De UK BioBank-populatie bevat 25.290 diabetespatiënten, met deelnemers die zelf rapporteerden of ze diabetes type 1 of 2 hadden. Om gevallen met type 1 uit te sluiten van de studie, bekeken de onderzoekers genetische risicofactoren van deelnemers en selecteerden een cut-off waarde om ervoor te zorgen dat slechts 1% van de geselecteerde groep deze vorm van diabetes had. De onderzoekers bestudeerden een selectie van 6.215 blanke Europese patiënten met T2DM die niet langer dan 10 jaar de ziekte hadden.

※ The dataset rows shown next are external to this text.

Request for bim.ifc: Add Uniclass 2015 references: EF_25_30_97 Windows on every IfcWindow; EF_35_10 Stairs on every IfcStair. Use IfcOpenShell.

First a look at what the model holds.

```python
import ifcopenshell

model = ifcopenshell.open("bim.ifc")
print(model.schema)
print("classifications:", [c.Name for c in model.by_type("IfcClassification")])
for ifc_class in ("IfcDoor", "IfcRoof", "IfcStair", "IfcWall", "IfcWindow"):
    print(ifc_class, len(model.by_type(ifc_class)))
```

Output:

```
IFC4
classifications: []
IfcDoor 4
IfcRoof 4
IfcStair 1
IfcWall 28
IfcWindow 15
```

```python
import ifcopenshell
import ifcopenshell.api.classification

model = ifcopenshell.open("bim.ifc")

system = ifcopenshell.api.classification.add_classification(model, classification="Uniclass 2015")

codes = {
    "IfcWindow": ("EF_25_30_97", "Windows"),
    "IfcStair": ("EF_35_10", "Stairs"),
}
for ifc_class, (code, name) in codes.items():
    products = model.by_type(ifc_class)
    ifcopenshell.api.classification.add_reference(
        model, products=products, classification=system, identification=code, name=name
    )
    print(code, len(products))

model.write("bim_edited.ifc")
```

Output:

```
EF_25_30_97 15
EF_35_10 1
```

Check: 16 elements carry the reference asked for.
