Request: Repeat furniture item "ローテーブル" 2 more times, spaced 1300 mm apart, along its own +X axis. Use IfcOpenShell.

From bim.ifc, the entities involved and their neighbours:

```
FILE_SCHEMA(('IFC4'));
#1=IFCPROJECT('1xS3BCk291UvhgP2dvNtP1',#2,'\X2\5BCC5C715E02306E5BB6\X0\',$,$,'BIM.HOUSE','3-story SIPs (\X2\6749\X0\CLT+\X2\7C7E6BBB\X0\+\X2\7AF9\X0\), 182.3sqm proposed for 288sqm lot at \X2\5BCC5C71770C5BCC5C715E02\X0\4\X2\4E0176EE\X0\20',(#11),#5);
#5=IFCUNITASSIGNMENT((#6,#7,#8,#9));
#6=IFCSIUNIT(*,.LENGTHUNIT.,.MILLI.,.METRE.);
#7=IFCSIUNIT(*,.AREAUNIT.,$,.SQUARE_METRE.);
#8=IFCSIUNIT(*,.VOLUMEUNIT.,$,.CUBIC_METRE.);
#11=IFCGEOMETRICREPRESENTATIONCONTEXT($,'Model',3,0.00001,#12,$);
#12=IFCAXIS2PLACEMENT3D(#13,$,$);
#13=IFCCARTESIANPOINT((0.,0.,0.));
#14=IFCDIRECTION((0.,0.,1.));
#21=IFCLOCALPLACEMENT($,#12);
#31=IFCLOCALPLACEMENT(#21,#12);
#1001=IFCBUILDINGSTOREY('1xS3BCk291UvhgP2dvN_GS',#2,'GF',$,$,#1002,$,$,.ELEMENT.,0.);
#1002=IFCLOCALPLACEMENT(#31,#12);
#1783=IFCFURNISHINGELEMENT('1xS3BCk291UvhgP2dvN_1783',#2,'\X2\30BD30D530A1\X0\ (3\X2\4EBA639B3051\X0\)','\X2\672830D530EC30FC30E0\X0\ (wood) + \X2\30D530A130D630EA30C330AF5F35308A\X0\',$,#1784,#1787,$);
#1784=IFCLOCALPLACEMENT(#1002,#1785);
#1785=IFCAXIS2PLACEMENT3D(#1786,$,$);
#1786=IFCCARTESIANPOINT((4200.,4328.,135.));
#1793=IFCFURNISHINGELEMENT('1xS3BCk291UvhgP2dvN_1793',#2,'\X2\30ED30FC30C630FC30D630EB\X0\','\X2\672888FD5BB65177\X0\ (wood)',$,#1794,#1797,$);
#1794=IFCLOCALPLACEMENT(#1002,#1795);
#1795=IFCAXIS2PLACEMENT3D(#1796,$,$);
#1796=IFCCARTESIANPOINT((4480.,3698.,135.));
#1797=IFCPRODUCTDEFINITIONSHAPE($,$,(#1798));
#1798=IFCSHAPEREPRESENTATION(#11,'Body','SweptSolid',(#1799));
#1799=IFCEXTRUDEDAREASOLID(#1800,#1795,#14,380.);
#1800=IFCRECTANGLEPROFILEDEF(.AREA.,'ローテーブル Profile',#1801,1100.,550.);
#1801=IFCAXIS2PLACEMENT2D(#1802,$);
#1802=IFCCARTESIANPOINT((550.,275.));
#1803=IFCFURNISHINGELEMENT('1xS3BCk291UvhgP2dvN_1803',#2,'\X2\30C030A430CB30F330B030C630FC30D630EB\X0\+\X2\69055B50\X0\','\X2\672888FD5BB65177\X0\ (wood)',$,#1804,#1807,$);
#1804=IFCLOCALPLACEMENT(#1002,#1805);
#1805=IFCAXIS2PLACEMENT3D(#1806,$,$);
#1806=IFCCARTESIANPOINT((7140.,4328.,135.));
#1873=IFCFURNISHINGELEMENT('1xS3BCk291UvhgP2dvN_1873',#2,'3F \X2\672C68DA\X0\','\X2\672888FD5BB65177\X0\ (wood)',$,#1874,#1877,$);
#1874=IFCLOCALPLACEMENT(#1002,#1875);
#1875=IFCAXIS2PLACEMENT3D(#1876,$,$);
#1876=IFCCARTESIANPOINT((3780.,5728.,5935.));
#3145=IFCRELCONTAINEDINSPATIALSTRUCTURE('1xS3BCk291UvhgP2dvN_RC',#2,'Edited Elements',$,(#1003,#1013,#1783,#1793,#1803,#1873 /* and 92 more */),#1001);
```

```python
import ifcopenshell
import ifcopenshell.api.geometry
import ifcopenshell.api.root
import ifcopenshell.util.element
import ifcopenshell.util.placement
import ifcopenshell.util.unit

model = ifcopenshell.open("bim.ifc")
unit_scale = ifcopenshell.util.unit.calculate_unit_scale(model)


def reuse_history(source, copy):
    """copy_class also copies each property set's owner history, people and application; keep the originals."""
    for rel in copy.IsDefinedBy:
        if rel.is_a("IfcRelDefinesByProperties") and (history := rel.RelatingPropertyDefinition.OwnerHistory):
            rel.RelatingPropertyDefinition.OwnerHistory = source.OwnerHistory
            ifcopenshell.util.element.remove_deep2(model, history)


source = model.by_guid("1xS3BCk291UvhgP2dvN_1793")
base = ifcopenshell.util.placement.get_local_placement(source.ObjectPlacement)
step = base[:3, 0] * 1.3 / unit_scale

for i in range(1, 3):
    copy = ifcopenshell.api.root.copy_class(model, product=source)
    copy.Representation = ifcopenshell.util.element.copy_deep(
        model, source.Representation, exclude=["IfcGeometricRepresentationContext", "IfcRepresentationMap"]
    )
    reuse_history(source, copy)
    matrix = base.copy()
    matrix[:3, 3] += i * step
    print("added at", matrix[:3, 3].round(3) + 0.0)
    ifcopenshell.api.geometry.edit_object_placement(model, product=copy, matrix=matrix, is_si=False)

model.write("bim_rev.ifc")
```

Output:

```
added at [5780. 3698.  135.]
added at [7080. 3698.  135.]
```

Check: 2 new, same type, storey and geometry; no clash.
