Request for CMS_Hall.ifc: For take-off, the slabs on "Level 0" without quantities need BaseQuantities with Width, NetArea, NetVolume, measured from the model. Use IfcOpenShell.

First a look at what the model holds.

```python
import ifcopenshell
import ifcopenshell.util.element
import ifcopenshell.util.unit

model = ifcopenshell.open("CMS_Hall.ifc")
print(model.schema)
for unit_type in ("LENGTHUNIT", "AREAUNIT", "VOLUMEUNIT"):
    print(unit_type, ifcopenshell.util.unit.calculate_unit_scale(model, unit_type))
storey = next(s for s in model.by_type("IfcBuildingStorey") if s.Name == "Level 0")
slabs = [e for e in ifcopenshell.util.element.get_decomposition(storey) if e.is_a("IfcSlab")]
for e in sorted(slabs, key=lambda e: e.id()):
    print(e.id(), e.is_a(), e.Name, list(ifcopenshell.util.element.get_psets(e, qtos_only=True)), sep=" | ")
```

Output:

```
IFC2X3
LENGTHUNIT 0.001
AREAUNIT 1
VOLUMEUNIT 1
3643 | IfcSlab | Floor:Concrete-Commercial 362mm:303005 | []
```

```python
import ifcopenshell
import ifcopenshell.api.pset
import ifcopenshell.geom
import ifcopenshell.util.element
import ifcopenshell.util.shape
import ifcopenshell.util.unit

model = ifcopenshell.open("CMS_Hall.ifc")
unit_scale = ifcopenshell.util.unit.calculate_unit_scale(model)
area_scale = ifcopenshell.util.unit.calculate_unit_scale(model, "AREAUNIT")
volume_scale = ifcopenshell.util.unit.calculate_unit_scale(model, "VOLUMEUNIT")
settings = ifcopenshell.geom.settings()

storey = next(s for s in model.by_type("IfcBuildingStorey") if s.Name == "Level 0")
slabs = [e for e in ifcopenshell.util.element.get_decomposition(storey) if e.is_a("IfcSlab")]

for e in sorted(slabs, key=lambda e: e.id()):
    if ifcopenshell.util.element.get_psets(e, qtos_only=True, should_inherit=False):
        continue
    # Geometry comes back in metres, in the element's own axes.
    shape = ifcopenshell.geom.create_shape(settings, e)
    values = {
        "Width": ifcopenshell.util.shape.get_z(shape.geometry) / unit_scale,
        "NetArea": ifcopenshell.util.shape.get_footprint_area(shape.geometry) / area_scale,
        "NetVolume": ifcopenshell.util.shape.get_volume(shape.geometry) / volume_scale,
    }
    qto = ifcopenshell.api.pset.add_qto(model, product=e, name="BaseQuantities")
    ifcopenshell.api.pset.edit_qto(model, qto=qto, properties=values)
    print(e.id(), {k: round(v, 3) for k, v in values.items()})

model.write("CMS_Hall_updated.ifc")
```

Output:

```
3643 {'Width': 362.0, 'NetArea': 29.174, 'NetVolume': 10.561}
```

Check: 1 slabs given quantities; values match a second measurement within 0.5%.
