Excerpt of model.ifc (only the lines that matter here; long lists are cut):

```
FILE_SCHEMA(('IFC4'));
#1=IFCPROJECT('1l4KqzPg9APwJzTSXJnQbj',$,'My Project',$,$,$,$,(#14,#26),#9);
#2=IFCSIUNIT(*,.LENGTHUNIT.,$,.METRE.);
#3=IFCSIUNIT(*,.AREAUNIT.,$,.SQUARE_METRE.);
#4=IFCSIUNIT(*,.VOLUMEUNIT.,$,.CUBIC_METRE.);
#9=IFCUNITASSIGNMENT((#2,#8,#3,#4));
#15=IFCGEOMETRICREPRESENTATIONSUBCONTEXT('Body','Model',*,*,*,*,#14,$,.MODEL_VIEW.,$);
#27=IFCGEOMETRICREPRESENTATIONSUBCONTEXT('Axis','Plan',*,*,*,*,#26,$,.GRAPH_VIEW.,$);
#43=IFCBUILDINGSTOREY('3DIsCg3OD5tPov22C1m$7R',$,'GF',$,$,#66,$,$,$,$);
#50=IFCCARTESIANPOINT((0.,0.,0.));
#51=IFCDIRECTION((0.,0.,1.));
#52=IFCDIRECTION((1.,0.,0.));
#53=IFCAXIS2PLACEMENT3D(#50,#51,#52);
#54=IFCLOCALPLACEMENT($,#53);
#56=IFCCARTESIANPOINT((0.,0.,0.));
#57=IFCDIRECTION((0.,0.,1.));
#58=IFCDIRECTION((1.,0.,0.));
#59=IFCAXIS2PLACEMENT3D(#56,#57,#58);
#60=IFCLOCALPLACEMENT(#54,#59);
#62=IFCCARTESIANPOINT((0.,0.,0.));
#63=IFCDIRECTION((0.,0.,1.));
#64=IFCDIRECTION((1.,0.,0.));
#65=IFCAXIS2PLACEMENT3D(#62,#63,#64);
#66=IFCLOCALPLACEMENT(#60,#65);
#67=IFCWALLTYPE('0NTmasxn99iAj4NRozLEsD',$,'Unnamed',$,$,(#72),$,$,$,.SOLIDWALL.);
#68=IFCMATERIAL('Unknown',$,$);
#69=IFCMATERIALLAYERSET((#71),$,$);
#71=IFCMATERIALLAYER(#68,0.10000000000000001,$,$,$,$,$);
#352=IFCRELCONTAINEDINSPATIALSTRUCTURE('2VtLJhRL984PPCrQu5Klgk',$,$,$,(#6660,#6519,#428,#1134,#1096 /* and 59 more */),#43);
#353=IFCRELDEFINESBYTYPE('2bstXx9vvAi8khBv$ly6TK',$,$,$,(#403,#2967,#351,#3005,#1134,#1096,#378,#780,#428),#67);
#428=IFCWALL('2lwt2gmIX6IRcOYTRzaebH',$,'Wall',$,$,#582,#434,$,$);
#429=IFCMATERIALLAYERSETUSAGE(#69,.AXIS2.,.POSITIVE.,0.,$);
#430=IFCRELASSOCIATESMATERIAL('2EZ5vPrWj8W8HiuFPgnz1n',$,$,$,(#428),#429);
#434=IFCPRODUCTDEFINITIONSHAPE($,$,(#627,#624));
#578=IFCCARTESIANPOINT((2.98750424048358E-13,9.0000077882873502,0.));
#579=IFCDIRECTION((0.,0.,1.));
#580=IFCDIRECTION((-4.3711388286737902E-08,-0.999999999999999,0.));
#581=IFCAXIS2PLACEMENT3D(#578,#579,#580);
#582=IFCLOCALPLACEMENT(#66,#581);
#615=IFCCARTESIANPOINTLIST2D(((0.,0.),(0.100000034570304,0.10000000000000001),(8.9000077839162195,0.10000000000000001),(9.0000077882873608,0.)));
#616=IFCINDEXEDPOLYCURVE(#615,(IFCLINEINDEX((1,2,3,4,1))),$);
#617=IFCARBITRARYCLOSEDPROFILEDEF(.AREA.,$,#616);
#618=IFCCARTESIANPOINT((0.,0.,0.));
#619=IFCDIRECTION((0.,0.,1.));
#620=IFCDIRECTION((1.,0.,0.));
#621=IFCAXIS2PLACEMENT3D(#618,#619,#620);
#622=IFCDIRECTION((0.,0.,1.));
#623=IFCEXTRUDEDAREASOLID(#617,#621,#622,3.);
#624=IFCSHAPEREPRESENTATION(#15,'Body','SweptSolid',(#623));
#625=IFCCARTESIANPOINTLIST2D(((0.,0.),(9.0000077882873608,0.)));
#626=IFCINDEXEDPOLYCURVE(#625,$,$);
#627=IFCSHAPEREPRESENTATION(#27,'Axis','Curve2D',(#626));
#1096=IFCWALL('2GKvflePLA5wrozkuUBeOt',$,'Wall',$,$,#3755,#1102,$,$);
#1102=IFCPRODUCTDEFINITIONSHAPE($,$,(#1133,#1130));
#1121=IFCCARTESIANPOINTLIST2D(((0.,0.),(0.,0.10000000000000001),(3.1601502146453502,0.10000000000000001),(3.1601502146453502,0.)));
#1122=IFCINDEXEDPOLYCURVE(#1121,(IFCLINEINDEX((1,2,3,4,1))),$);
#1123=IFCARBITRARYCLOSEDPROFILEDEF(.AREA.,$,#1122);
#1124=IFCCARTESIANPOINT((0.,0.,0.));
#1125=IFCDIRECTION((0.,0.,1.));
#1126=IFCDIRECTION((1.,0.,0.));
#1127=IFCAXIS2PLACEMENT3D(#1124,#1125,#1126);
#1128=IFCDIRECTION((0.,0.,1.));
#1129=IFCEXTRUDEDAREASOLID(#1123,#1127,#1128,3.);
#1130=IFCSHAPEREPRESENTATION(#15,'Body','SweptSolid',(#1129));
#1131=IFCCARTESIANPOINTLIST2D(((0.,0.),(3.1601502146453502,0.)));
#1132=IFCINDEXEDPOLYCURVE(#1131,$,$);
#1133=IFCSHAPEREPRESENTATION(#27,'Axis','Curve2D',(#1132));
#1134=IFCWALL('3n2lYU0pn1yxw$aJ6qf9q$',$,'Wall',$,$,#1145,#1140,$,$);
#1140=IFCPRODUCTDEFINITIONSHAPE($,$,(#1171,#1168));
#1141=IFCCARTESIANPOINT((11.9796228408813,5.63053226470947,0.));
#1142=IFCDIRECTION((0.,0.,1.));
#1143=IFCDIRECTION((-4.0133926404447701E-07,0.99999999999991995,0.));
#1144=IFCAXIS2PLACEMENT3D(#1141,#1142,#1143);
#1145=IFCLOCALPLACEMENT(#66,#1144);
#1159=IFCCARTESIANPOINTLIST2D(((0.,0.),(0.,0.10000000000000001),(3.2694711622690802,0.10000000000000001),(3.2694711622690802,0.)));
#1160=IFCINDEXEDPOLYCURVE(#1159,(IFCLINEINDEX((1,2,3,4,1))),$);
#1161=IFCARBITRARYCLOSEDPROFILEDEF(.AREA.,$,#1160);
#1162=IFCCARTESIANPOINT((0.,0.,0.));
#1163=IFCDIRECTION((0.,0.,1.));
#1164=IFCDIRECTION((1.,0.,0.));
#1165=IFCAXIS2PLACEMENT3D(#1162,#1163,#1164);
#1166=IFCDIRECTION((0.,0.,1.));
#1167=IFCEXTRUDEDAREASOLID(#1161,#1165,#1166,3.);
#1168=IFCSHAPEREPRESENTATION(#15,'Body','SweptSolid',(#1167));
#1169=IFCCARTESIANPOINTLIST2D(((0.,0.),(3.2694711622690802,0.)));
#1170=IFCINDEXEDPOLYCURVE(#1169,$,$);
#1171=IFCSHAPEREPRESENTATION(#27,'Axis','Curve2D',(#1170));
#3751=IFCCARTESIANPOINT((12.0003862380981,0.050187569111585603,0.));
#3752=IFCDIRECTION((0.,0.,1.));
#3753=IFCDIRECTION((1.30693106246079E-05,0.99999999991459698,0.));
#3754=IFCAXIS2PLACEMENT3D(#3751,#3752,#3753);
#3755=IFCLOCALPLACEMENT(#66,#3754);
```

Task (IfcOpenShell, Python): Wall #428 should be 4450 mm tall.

```python
import ifcopenshell
import ifcopenshell.geom
import ifcopenshell.util.representation
import ifcopenshell.util.shape
import ifcopenshell.util.unit

model = ifcopenshell.open("model.ifc")
unit_scale = ifcopenshell.util.unit.calculate_unit_scale(model)
settings = ifcopenshell.geom.settings()


def volume(element):
    """Net volume in cubic metres, openings subtracted."""
    shape = ifcopenshell.geom.create_shape(settings, element)
    return ifcopenshell.util.shape.get_volume(shape.geometry)


wall = model.by_id(428)
before = volume(wall)

body = ifcopenshell.util.representation.get_representation(wall, "Model", "Body")
solid = body.Items[0]
old_height = solid.Depth
solid.Depth = 4.45 / unit_scale
after = volume(wall)

print(f"height {old_height:g} -> {solid.Depth:g}, volume {before:.3f} -> {after:.3f} m3")

model.write("model_edited.ifc")
```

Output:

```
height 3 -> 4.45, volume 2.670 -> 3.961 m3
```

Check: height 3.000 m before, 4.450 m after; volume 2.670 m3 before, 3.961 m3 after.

Van deze groep konden ze twee selecties van 429 patiënten maken die gekoppeld werden in paren op basis van hoelang ze T2DM hadden. Elk paar bestond uit iemand met snelle progressie die insulinetoediening nodig had binnen 10 jaar en iemand met een langzame progressie van wie de ziekte gereguleerd kon worden met dieet. Het onderzoeksteam bestudeerde vervolgens klinische en biochemische factoren die de twee groepen verbinden om verbanden te ontdekken tussen hen en de geobserveerde snelheid van ziekteprogressie.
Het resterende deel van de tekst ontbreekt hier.